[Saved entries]
○ ○ ○ ○ ○ ○ ○

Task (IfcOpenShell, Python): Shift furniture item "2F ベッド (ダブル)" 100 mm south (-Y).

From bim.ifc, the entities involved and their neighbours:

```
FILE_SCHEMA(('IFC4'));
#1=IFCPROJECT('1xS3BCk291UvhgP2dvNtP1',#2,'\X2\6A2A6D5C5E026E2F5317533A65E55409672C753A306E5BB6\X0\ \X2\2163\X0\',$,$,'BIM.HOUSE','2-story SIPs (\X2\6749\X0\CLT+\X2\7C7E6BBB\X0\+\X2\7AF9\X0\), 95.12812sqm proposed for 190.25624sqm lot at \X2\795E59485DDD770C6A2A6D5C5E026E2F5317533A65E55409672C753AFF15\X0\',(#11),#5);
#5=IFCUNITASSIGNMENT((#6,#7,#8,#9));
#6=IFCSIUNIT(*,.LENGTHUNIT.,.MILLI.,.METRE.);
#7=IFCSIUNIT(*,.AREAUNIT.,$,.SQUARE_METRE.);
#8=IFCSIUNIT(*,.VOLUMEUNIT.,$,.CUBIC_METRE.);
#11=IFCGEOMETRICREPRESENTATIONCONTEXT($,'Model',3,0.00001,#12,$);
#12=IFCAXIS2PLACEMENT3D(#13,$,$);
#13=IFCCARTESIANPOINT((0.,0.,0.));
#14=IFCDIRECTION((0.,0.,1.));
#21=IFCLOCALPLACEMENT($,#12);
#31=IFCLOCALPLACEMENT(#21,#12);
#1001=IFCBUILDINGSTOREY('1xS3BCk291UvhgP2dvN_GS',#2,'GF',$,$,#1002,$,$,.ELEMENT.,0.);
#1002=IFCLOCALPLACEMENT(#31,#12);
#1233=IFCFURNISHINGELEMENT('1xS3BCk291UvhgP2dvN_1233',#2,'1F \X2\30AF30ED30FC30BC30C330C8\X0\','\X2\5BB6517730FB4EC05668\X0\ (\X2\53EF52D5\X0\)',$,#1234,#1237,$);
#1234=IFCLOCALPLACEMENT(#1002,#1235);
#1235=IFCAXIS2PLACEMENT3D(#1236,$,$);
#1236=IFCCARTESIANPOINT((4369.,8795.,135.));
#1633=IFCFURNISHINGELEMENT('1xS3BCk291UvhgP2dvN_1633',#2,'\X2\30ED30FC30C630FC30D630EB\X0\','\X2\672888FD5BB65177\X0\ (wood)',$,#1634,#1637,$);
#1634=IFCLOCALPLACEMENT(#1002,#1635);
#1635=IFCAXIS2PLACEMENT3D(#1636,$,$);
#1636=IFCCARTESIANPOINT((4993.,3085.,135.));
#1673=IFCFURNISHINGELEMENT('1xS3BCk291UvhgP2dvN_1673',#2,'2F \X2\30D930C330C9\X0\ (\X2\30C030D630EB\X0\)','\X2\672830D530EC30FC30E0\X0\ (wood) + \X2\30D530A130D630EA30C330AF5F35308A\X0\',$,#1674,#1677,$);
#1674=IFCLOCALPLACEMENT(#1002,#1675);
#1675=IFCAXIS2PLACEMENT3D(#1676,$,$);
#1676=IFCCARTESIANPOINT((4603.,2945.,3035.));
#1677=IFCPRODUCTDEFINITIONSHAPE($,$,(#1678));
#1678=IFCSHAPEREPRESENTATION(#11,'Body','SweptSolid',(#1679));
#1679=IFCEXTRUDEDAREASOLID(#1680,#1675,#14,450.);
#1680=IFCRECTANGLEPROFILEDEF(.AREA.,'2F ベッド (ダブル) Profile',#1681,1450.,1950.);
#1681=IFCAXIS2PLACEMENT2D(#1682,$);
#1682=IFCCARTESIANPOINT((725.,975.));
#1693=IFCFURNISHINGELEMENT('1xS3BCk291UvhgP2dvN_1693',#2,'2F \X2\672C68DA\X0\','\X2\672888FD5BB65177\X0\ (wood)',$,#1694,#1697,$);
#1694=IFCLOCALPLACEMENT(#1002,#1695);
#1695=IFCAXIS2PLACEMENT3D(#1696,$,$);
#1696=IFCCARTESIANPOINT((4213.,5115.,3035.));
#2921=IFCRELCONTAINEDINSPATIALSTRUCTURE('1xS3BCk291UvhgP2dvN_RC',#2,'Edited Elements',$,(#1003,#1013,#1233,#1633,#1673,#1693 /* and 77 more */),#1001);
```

```python
import ifcopenshell
import ifcopenshell.api.geometry
import ifcopenshell.util.placement
import ifcopenshell.util.unit

model = ifcopenshell.open("bim.ifc")
unit_scale = ifcopenshell.util.unit.calculate_unit_scale(model)

item = model.by_id(1673)
matrix = ifcopenshell.util.placement.get_local_placement(item.ObjectPlacement)
matrix[1, 3] -= 0.1 / unit_scale
ifcopenshell.api.geometry.edit_object_placement(model, product=item, matrix=matrix, is_si=False)

print(ifcopenshell.util.placement.get_local_placement(item.ObjectPlacement).round(3) + 0.0)

model.write("bim_rev.ifc")
```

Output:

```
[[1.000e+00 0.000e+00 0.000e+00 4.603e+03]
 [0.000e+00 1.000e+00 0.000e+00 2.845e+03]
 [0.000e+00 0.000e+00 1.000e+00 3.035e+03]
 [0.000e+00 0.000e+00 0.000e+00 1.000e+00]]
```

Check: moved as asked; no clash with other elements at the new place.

○ ○ ○ ○ ○ ○ ○

Each line of the data above is to be duplicated exactly.

Expected answer:
Task (IfcOpenShell, Python): Shift furniture item "2F ベッド (ダブル)" 100 mm south (-Y).

From bim.ifc, the entities involved and their neighbours:

```
FILE_SCHEMA(('IFC4'));
#1=IFCPROJECT('1xS3BCk291UvhgP2dvNtP1',#2,'\X2\6A2A6D5C5E026E2F5317533A65E55409672C753A306E5BB6\X0\ \X2\2163\X0\',$,$,'BIM.HOUSE','2-story SIPs (\X2\6749\X0\CLT+\X2\7C7E6BBB\X0\+\X2\7AF9\X0\), 95.12812sqm proposed for 190.25624sqm lot at \X2\795E59485DDD770C6A2A6D5C5E026E2F5317533A65E55409672C753AFF15\X0\',(#11),#5);
#5=IFCUNITASSIGNMENT((#6,#7,#8,#9));
#6=IFCSIUNIT(*,.LENGTHUNIT.,.MILLI.,.METRE.);
#7=IFCSIUNIT(*,.AREAUNIT.,$,.SQUARE_METRE.);
#8=IFCSIUNIT(*,.VOLUMEUNIT.,$,.CUBIC_METRE.);
#11=IFCGEOMETRICREPRESENTATIONCONTEXT($,'Model',3,0.00001,#12,$);
#12=IFCAXIS2PLACEMENT3D(#13,$,$);
#13=IFCCARTESIANPOINT((0.,0.,0.));
#14=IFCDIRECTION((0.,0.,1.));
#21=IFCLOCALPLACEMENT($,#12);
#31=IFCLOCALPLACEMENT(#21,#12);
#1001=IFCBUILDINGSTOREY('1xS3BCk291UvhgP2dvN_GS',#2,'GF',$,$,#1002,$,$,.ELEMENT.,0.);
#1002=IFCLOCALPLACEMENT(#31,#12);
#1233=IFCFURNISHINGELEMENT('1xS3BCk291UvhgP2dvN_1233',#2,'1F \X2\30AF30ED30FC30BC30C330C8\X0\','\X2\5BB6517730FB4EC05668\X0\ (\X2\53EF52D5\X0\)',$,#1234,#1237,$);
#1234=IFCLOCALPLACEMENT(#1002,#1235);
#1235=IFCAXIS2PLACEMENT3D(#1236,$,$);
#1236=IFCCARTESIANPOINT((4369.,8795.,135.));
#1633=IFCFURNISHINGELEMENT('1xS3BCk291UvhgP2dvN_1633',#2,'\X2\30ED30FC30C630FC30D630EB\X0\','\X2\672888FD5BB65177\X0\ (wood)',$,#1634,#1637,$);
#1634=IFCLOCALPLACEMENT(#1002,#1635);
#1635=IFCAXIS2PLACEMENT3D(#1636,$,$);
#1636=IFCCARTESIANPOINT((4993.,3085.,135.));
#1673=IFCFURNISHINGELEMENT('1xS3BCk291UvhgP2dvN_1673',#2,'2F \X2\30D930C330C9\X0\ (\X2\30C030D630EB\X0\)','\X2\672830D530EC30FC30E0\X0\ (wood) + \X2\30D530A130D630EA30C330AF5F35308A\X0\',$,#1674,#1677,$);
#1674=IFCLOCALPLACEMENT(#1002,#1675);
#1675=IFCAXIS2PLACEMENT3D(#1676,$,$);
#1676=IFCCARTESIANPOINT((4603.,2945.,3035.));
#1677=IFCPRODUCTDEFINITIONSHAPE($,$,(#1678));
#1678=IFCSHAPEREPRESENTATION(#11,'Body','SweptSolid',(#1679));
#1679=IFCEXTRUDEDAREASOLID(#1680,#1675,#14,450.);
#1680=IFCRECTANGLEPROFILEDEF(.AREA.,'2F ベッド (ダブル) Profile',#1681,1450.,1950.);
#1681=IFCAXIS2PLACEMENT2D(#1682,$);
#1682=IFCCARTESIANPOINT((725.,975.));
#1693=IFCFURNISHINGELEMENT('1xS3BCk291UvhgP2dvN_1693',#2,'2F \X2\672C68DA\X0\','\X2\672888FD5BB65177\X0\ (wood)',$,#1694,#1697,$);
#1694=IFCLOCALPLACEMENT(#1002,#1695);
#1695=IFCAXIS2PLACEMENT3D(#1696,$,$);
#1696=IFCCARTESIANPOINT((4213.,5115.,3035.));
#2921=IFCRELCONTAINEDINSPATIALSTRUCTURE('1xS3BCk291UvhgP2dvN_RC',#2,'Edited Elements',$,(#1003,#1013,#1233,#1633,#1673,#1693 /* and 77 more */),#1001);
```

```python
import ifcopenshell
import ifcopenshell.api.geometry
import ifcopenshell.util.placement
import ifcopenshell.util.unit

model = ifcopenshell.open("bim.ifc")
unit_scale = ifcopenshell.util.unit.calculate_unit_scale(model)

item = model.by_id(1673)
matrix = ifcopenshell.util.placement.get_local_placement(item.ObjectPlacement)
matrix[1, 3] -= 0.1 / unit_scale
ifcopenshell.api.geometry.edit_object_placement(model, product=item, matrix=matrix, is_si=False)

print(ifcopenshell.util.placement.get_local_placement(item.ObjectPlacement).round(3) + 0.0)

model.write("bim_rev.ifc")
```

Output:

```
[[1.000e+00 0.000e+00 0.000e+00 4.603e+03]
 [0.000e+00 1.000e+00 0.000e+00 2.845e+03]
 [0.000e+00 0.000e+00 1.000e+00 3.035e+03]
 [0.000e+00 0.000e+00 0.000e+00 1.000e+00]]
```

Check: moved as asked; no clash with other elements at the new place.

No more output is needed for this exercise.